18. We feel compelled to reiterate our empathy with a payee who has been duped or deluded by a swindler into accepting a cheque as consideration for delivery of any of his property; or because of the receipt of a cheque has induced the payee to omit to do anything resulting in some damage to the payee. The relief introduced by Section 138 of the NI Act is in addition to the contemplations in the IPC. It is still open to such a payee recipient of a dishonoured cheque to lodge a First Information Report with the Police or file a Complaint directly before the concerned Magistrate. If the payee succeeds in establishing that the inducement for accepting a cheque which subsequently bounced had occurred where he resides or ordinarily transacts business, he will not have to suffer the travails of journeying to the place where the cheque has been dishonoured. All remedies under the IPC and CrPC are available to such a payee if he chooses to pursue this course of action, rather than a Complaint under Section 138 of the NI Act. And of course, he can always file a suit for recovery wherever the cause of action arises dependent on his choosing.

19. The interpretation of Section 138 of the NI Act which commends itself to us is that the offence contemplated therein stands committed on the dishonour of the cheque, and accordingly the JMFC at the place where this occurs is ordinarily where the Complaint must be filed, entertained and tried. The cognizance of the crime by the JMFC at that place however, can be taken only when the concomitants or constituents contemplated by the Section concatenate with each other. We clarify that the place of the issuance or delivery of the statutory notice or where the Complainant chooses to present the cheque for encashment by his bank are not relevant for purposes of territorial jurisdiction of the Complaints even though non-compliance thereof will inexorably lead to the dismissal of the complaint. It cannot be contested that considerable confusion prevails on the interpretation of Section 138 in particular and Chapter XVII in general of the NI Act.
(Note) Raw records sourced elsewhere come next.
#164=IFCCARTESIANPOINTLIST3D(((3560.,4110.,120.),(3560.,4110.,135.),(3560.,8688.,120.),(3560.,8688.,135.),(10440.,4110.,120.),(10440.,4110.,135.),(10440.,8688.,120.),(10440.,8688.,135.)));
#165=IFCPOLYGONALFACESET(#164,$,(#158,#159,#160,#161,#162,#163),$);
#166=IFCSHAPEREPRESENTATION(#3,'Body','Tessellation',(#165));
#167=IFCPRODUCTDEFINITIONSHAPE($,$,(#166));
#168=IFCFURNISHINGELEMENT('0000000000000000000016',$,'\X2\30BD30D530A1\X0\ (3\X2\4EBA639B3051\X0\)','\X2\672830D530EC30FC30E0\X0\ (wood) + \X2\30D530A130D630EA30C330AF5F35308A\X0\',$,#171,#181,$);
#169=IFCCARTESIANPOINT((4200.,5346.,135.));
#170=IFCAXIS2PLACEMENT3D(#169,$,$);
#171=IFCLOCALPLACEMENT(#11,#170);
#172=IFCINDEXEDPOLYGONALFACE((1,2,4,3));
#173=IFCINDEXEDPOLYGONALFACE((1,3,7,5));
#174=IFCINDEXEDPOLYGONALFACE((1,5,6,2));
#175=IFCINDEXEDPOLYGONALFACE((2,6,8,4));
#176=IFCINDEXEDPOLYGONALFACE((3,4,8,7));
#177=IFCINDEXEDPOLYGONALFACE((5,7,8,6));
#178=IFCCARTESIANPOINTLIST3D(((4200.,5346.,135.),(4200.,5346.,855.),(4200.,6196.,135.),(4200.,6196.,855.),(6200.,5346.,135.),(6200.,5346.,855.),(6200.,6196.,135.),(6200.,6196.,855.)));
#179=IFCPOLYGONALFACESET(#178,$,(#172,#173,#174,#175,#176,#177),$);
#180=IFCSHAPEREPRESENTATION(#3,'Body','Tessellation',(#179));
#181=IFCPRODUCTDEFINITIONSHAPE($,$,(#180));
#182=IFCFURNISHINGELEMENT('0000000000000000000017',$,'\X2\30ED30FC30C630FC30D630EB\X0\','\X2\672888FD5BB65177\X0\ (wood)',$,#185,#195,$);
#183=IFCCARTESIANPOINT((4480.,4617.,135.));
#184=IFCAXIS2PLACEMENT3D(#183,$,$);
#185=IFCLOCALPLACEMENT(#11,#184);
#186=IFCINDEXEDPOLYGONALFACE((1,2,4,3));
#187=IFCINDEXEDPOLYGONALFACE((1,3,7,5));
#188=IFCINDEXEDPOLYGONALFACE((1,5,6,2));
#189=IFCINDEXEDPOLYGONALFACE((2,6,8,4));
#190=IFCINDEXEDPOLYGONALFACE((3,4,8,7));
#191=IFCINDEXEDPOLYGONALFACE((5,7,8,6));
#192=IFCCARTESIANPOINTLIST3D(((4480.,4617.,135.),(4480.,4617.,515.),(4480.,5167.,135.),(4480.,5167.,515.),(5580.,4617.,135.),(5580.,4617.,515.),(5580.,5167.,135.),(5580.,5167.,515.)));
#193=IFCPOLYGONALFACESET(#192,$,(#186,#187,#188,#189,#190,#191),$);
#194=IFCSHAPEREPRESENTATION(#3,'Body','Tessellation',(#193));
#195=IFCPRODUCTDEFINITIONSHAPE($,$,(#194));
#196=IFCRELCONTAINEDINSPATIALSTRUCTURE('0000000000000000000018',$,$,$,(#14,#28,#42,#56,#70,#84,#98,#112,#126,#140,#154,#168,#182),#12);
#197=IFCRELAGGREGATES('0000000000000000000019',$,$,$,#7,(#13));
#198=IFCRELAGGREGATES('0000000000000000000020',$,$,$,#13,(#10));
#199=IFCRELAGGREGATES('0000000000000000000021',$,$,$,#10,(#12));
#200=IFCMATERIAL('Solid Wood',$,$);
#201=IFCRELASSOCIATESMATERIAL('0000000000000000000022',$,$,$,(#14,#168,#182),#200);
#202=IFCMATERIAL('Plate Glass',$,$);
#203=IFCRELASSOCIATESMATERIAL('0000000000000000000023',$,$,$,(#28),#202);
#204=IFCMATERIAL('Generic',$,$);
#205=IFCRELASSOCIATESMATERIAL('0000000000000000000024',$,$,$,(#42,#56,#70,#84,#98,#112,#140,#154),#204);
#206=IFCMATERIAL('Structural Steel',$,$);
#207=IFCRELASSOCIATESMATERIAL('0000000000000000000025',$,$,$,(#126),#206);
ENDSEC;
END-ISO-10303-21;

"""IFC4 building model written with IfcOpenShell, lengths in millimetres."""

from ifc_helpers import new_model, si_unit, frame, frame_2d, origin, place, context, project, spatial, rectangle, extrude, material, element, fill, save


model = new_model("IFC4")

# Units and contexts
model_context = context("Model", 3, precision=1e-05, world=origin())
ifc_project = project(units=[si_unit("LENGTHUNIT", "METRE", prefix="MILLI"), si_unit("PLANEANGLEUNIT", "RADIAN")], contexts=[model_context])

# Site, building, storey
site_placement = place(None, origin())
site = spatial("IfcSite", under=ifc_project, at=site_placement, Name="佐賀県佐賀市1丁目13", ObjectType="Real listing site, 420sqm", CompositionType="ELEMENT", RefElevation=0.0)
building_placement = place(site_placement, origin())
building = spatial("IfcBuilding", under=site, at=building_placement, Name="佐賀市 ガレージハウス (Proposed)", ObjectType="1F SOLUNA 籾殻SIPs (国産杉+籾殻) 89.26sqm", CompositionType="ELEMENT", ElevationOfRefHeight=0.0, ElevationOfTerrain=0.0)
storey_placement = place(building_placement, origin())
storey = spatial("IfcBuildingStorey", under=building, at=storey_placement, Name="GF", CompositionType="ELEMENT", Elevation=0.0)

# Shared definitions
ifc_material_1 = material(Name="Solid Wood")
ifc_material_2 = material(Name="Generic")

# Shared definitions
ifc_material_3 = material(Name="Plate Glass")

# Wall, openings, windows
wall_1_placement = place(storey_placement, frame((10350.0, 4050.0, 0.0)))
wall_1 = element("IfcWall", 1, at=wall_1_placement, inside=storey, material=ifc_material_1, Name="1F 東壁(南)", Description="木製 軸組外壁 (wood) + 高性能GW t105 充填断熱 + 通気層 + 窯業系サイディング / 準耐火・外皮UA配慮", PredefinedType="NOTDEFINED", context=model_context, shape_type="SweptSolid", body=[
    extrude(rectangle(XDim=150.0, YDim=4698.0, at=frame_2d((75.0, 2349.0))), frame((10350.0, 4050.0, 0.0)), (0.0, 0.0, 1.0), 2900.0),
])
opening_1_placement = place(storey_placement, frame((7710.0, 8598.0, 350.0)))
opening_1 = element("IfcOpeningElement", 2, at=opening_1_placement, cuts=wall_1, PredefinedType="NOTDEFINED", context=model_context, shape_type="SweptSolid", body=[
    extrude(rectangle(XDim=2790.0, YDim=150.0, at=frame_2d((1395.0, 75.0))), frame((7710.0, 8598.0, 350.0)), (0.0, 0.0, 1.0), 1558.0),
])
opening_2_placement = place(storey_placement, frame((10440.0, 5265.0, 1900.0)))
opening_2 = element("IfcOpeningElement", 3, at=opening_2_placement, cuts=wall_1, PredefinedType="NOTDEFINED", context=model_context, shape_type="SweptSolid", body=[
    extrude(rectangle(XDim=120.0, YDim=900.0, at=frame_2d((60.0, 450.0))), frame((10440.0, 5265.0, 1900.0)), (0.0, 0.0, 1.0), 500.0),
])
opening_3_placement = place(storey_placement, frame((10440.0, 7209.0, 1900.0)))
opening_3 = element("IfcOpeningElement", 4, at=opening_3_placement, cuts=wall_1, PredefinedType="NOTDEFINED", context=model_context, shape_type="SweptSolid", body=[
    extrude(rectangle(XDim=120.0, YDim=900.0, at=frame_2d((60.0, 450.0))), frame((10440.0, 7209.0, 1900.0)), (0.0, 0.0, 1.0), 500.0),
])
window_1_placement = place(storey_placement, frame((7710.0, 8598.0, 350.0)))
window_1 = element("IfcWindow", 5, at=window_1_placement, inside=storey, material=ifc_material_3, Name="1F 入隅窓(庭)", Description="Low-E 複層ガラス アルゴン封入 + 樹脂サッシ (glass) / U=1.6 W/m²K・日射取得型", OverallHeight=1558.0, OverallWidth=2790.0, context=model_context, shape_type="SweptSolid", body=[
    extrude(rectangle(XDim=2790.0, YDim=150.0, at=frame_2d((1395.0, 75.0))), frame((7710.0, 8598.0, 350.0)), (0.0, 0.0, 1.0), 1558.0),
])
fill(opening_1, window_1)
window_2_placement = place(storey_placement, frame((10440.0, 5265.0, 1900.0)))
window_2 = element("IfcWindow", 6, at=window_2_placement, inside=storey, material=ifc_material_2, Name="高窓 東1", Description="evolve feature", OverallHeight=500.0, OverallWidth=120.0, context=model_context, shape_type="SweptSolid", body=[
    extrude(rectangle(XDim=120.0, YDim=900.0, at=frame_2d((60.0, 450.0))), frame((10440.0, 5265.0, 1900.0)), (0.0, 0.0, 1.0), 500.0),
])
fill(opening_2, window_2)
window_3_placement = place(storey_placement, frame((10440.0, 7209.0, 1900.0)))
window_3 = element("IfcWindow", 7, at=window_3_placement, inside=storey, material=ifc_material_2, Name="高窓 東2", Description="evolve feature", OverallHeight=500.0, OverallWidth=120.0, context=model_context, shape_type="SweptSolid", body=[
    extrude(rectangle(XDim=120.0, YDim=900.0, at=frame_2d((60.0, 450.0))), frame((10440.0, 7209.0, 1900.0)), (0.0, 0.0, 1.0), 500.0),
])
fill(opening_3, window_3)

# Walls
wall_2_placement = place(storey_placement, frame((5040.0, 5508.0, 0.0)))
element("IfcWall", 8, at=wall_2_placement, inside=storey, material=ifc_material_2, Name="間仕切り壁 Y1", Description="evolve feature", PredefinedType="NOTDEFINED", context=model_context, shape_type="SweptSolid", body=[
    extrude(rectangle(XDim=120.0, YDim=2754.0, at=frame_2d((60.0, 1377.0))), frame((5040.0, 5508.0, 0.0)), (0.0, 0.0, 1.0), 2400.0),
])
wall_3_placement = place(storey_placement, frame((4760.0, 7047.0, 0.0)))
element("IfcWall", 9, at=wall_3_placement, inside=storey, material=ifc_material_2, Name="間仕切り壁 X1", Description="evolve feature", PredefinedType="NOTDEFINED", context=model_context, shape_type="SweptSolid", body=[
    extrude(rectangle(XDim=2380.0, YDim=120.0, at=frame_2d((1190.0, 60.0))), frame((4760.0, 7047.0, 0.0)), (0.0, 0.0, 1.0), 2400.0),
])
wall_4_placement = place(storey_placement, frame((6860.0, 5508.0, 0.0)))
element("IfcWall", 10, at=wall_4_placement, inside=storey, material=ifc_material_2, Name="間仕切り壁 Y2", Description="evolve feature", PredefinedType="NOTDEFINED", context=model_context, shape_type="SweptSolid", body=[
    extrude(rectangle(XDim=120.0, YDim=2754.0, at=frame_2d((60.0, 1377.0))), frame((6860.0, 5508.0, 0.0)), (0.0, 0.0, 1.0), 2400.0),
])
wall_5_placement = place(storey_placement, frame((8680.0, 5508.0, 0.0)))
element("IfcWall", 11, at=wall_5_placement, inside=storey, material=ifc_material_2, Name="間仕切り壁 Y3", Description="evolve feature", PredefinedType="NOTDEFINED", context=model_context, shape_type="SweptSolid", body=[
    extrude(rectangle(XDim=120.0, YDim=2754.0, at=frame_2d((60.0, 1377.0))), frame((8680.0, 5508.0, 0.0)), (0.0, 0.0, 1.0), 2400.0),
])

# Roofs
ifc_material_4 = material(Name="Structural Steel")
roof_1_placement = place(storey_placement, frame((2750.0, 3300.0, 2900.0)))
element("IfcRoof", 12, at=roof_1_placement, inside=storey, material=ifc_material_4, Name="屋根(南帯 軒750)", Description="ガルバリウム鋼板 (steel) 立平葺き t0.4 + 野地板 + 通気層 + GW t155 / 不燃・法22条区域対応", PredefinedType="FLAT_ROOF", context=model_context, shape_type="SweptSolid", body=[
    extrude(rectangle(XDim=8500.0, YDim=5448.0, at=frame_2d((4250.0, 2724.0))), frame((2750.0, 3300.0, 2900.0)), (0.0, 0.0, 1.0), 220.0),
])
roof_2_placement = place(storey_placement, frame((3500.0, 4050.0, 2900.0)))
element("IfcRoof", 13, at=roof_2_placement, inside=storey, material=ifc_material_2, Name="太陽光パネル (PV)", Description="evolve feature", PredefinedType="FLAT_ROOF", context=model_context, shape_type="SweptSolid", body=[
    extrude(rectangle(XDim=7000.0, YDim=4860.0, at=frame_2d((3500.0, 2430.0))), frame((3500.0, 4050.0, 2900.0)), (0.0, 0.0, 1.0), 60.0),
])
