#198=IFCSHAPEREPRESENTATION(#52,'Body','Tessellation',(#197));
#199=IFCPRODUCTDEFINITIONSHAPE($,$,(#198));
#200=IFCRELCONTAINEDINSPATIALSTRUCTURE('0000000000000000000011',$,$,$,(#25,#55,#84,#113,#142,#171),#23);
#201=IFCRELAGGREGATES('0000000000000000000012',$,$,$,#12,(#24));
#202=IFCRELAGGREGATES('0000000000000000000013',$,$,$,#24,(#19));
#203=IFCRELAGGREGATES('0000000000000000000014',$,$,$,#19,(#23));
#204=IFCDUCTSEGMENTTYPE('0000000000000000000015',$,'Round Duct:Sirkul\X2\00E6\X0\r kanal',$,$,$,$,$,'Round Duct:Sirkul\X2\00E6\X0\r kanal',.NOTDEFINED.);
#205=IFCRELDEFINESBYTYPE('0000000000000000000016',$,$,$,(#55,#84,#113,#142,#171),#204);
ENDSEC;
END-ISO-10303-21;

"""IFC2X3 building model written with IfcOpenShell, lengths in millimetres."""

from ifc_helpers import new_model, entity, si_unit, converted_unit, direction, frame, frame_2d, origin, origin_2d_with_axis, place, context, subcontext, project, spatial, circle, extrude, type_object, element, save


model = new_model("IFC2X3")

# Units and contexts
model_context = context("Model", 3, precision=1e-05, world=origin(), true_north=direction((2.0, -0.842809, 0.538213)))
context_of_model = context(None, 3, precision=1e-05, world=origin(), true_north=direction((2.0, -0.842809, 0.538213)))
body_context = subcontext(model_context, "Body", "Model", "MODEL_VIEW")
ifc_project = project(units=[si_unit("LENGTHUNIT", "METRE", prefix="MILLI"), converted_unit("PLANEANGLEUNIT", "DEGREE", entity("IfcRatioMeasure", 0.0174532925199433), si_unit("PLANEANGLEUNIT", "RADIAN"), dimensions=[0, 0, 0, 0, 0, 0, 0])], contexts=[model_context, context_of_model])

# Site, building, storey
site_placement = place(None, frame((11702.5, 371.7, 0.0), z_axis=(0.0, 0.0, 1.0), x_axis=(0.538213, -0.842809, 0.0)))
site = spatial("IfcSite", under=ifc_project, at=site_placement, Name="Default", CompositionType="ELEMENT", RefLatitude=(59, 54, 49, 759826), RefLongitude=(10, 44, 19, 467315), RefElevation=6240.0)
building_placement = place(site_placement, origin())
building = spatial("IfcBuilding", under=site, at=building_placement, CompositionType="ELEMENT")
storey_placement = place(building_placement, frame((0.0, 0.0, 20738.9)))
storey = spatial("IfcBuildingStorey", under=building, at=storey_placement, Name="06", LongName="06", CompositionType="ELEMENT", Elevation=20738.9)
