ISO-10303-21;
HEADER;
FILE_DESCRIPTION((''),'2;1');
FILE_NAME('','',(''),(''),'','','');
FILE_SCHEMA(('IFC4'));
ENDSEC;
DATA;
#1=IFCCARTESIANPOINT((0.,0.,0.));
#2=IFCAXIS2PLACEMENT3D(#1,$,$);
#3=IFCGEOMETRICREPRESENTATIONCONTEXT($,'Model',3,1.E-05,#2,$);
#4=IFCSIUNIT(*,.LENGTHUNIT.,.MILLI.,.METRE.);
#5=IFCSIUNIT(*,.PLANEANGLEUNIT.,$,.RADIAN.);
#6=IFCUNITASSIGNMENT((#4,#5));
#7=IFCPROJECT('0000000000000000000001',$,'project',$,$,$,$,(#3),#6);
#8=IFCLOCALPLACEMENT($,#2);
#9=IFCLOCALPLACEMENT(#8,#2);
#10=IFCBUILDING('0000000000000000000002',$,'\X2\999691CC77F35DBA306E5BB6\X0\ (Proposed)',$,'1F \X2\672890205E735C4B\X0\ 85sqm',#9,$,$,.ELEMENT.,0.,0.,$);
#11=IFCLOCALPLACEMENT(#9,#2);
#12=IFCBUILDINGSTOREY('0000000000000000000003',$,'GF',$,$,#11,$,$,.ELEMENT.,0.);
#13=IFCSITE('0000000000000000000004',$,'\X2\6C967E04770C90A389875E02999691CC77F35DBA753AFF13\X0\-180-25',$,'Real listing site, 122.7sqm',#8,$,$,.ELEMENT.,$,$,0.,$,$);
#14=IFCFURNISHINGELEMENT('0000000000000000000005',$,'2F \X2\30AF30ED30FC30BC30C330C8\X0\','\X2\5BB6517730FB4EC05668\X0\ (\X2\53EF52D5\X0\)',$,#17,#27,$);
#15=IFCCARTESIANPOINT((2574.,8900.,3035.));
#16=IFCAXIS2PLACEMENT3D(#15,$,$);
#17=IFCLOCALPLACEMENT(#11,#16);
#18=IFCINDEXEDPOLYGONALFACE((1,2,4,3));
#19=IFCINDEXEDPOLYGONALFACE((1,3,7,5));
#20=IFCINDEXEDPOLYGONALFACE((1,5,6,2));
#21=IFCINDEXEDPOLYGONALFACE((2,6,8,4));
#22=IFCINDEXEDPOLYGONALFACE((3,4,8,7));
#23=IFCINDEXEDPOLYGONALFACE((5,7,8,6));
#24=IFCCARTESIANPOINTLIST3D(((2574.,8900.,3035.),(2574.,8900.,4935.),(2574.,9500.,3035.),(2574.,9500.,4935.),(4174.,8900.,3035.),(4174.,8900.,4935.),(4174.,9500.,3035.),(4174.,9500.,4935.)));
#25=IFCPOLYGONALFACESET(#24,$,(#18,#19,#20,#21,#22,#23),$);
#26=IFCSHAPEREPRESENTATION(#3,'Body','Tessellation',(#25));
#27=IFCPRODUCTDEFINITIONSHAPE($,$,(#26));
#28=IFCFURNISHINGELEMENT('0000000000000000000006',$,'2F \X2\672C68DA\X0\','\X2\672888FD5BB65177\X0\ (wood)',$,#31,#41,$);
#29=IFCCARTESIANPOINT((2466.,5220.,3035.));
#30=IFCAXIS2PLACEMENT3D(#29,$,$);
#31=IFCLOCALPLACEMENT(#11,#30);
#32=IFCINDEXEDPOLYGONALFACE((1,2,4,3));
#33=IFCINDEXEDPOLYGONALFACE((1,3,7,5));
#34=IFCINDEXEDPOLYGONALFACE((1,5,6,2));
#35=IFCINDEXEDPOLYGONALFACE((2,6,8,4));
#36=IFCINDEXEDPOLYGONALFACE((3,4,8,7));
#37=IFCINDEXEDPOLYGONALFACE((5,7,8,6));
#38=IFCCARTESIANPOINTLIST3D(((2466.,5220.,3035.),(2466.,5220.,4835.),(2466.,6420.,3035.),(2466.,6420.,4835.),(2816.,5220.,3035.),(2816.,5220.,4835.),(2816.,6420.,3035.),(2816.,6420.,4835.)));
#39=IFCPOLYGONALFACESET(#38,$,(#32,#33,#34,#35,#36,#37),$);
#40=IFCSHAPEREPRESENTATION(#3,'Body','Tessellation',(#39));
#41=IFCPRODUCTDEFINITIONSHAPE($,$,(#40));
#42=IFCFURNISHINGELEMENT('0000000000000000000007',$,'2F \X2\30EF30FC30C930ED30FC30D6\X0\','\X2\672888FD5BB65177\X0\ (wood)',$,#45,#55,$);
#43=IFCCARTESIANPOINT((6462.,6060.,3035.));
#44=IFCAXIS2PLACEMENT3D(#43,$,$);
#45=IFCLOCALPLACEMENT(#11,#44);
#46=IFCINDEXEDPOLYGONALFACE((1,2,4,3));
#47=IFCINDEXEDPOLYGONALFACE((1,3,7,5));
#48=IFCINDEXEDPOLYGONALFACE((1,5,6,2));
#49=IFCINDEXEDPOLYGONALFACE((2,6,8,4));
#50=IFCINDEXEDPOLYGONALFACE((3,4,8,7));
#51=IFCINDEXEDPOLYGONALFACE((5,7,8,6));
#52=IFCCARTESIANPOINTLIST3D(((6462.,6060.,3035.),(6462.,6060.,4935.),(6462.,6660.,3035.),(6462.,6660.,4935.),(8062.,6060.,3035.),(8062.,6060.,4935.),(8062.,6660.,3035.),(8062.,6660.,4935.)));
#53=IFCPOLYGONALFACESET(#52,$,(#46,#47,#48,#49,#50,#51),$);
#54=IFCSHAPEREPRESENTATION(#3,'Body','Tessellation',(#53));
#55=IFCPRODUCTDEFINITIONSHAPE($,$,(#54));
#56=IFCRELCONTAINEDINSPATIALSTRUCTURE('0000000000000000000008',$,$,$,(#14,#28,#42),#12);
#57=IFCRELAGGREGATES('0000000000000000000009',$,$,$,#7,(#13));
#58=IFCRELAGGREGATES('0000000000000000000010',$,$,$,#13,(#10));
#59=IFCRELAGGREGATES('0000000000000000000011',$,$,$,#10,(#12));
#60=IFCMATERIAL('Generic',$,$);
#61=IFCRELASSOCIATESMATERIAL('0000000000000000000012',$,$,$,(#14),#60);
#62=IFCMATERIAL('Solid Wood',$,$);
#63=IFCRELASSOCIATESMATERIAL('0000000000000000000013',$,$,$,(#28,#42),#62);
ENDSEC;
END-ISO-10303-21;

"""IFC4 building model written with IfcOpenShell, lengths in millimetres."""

from ifc_helpers import new_model, si_unit, frame, frame_2d, origin, place, context, project, spatial, rectangle, extrude, material, element, save


model = new_model("IFC4")

# Units and contexts
model_context = context("Model", 3, precision=1e-05, world=origin())
ifc_project = project(units=[si_unit("LENGTHUNIT", "METRE", prefix="MILLI"), si_unit("PLANEANGLEUNIT", "RADIAN")], contexts=[model_context])

# Site, building, storey
site_placement = place(None, origin())
site = spatial("IfcSite", under=ifc_project, at=site_placement, Name="沖縄県那覇市首里石嶺町３-180-25", ObjectType="Real listing site, 122.7sqm", CompositionType="ELEMENT", RefElevation=0.0)
building_placement = place(site_placement, origin())
building = spatial("IfcBuilding", under=site, at=building_placement, Name="首里石嶺の家 (Proposed)", ObjectType="1F 木造平屋 85sqm", CompositionType="ELEMENT", ElevationOfRefHeight=0.0, ElevationOfTerrain=0.0)
storey_placement = place(building_placement, origin())
storey = spatial("IfcBuildingStorey", under=building, at=storey_placement, Name="GF", CompositionType="ELEMENT", Elevation=0.0)

# Shared definitions
ifc_material_1 = material(Name="Solid Wood")

# Shared definitions
ifc_material_2 = material(Name="Generic")

# Furnishing elements
furnishing_1_placement = place(storey_placement, frame((2574.0, 8900.0, 3035.0)))
element("IfcFurnishingElement", 1, at=furnishing_1_placement, inside=storey, material=ifc_material_2, Name="2F クローゼット", Description="家具・什器 (可動)", context=model_context, shape_type="SweptSolid", body=[
    extrude(rectangle(XDim=1600.0, YDim=600.0, at=frame_2d((800.0, 300.0))), frame((2574.0, 8900.0, 3035.0)), (0.0, 0.0, 1.0), 1900.0),
])
furnishing_2_placement = place(storey_placement, frame((2466.0, 5220.0, 3035.0)))
element("IfcFurnishingElement", 2, at=furnishing_2_placement, inside=storey, material=ifc_material_1, Name="2F 本棚", Description="木製家具 (wood)", context=model_context, shape_type="SweptSolid", body=[
    extrude(rectangle(XDim=350.0, YDim=1200.0, at=frame_2d((175.0, 600.0))), frame((2466.0, 5220.0, 3035.0)), (0.0, 0.0, 1.0), 1800.0),
])
furnishing_3_placement = place(storey_placement, frame((6462.0, 6060.0, 3035.0)))
element("IfcFurnishingElement", 3, at=furnishing_3_placement, inside=storey, material=ifc_material_1, Name="2F ワードローブ", Description="木製家具 (wood)", context=model_context, shape_type="SweptSolid", body=[
    extrude(rectangle(XDim=1600.0, YDim=600.0, at=frame_2d((800.0, 300.0))), frame((6462.0, 6060.0, 3035.0)), (0.0, 0.0, 1.0), 1900.0),
])

save(model, "model.ifc")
The vindication of this view is duly manifested by the decisions and conclusion arrived at by the High Courts even in the few cases that we shall decide by this Judgment. We clarify that the Complainant is statutorily bound to comply with Section 177 etc. of the CrPC and therefore the place or situs where the Section 138 Complaint is to be filed is not of his choosing. The territorial jurisdiction is restricted to the Court within whose local jurisdiction the offence was committed, which in the present context is where the cheque is dishonoured by the bank on which it is drawn.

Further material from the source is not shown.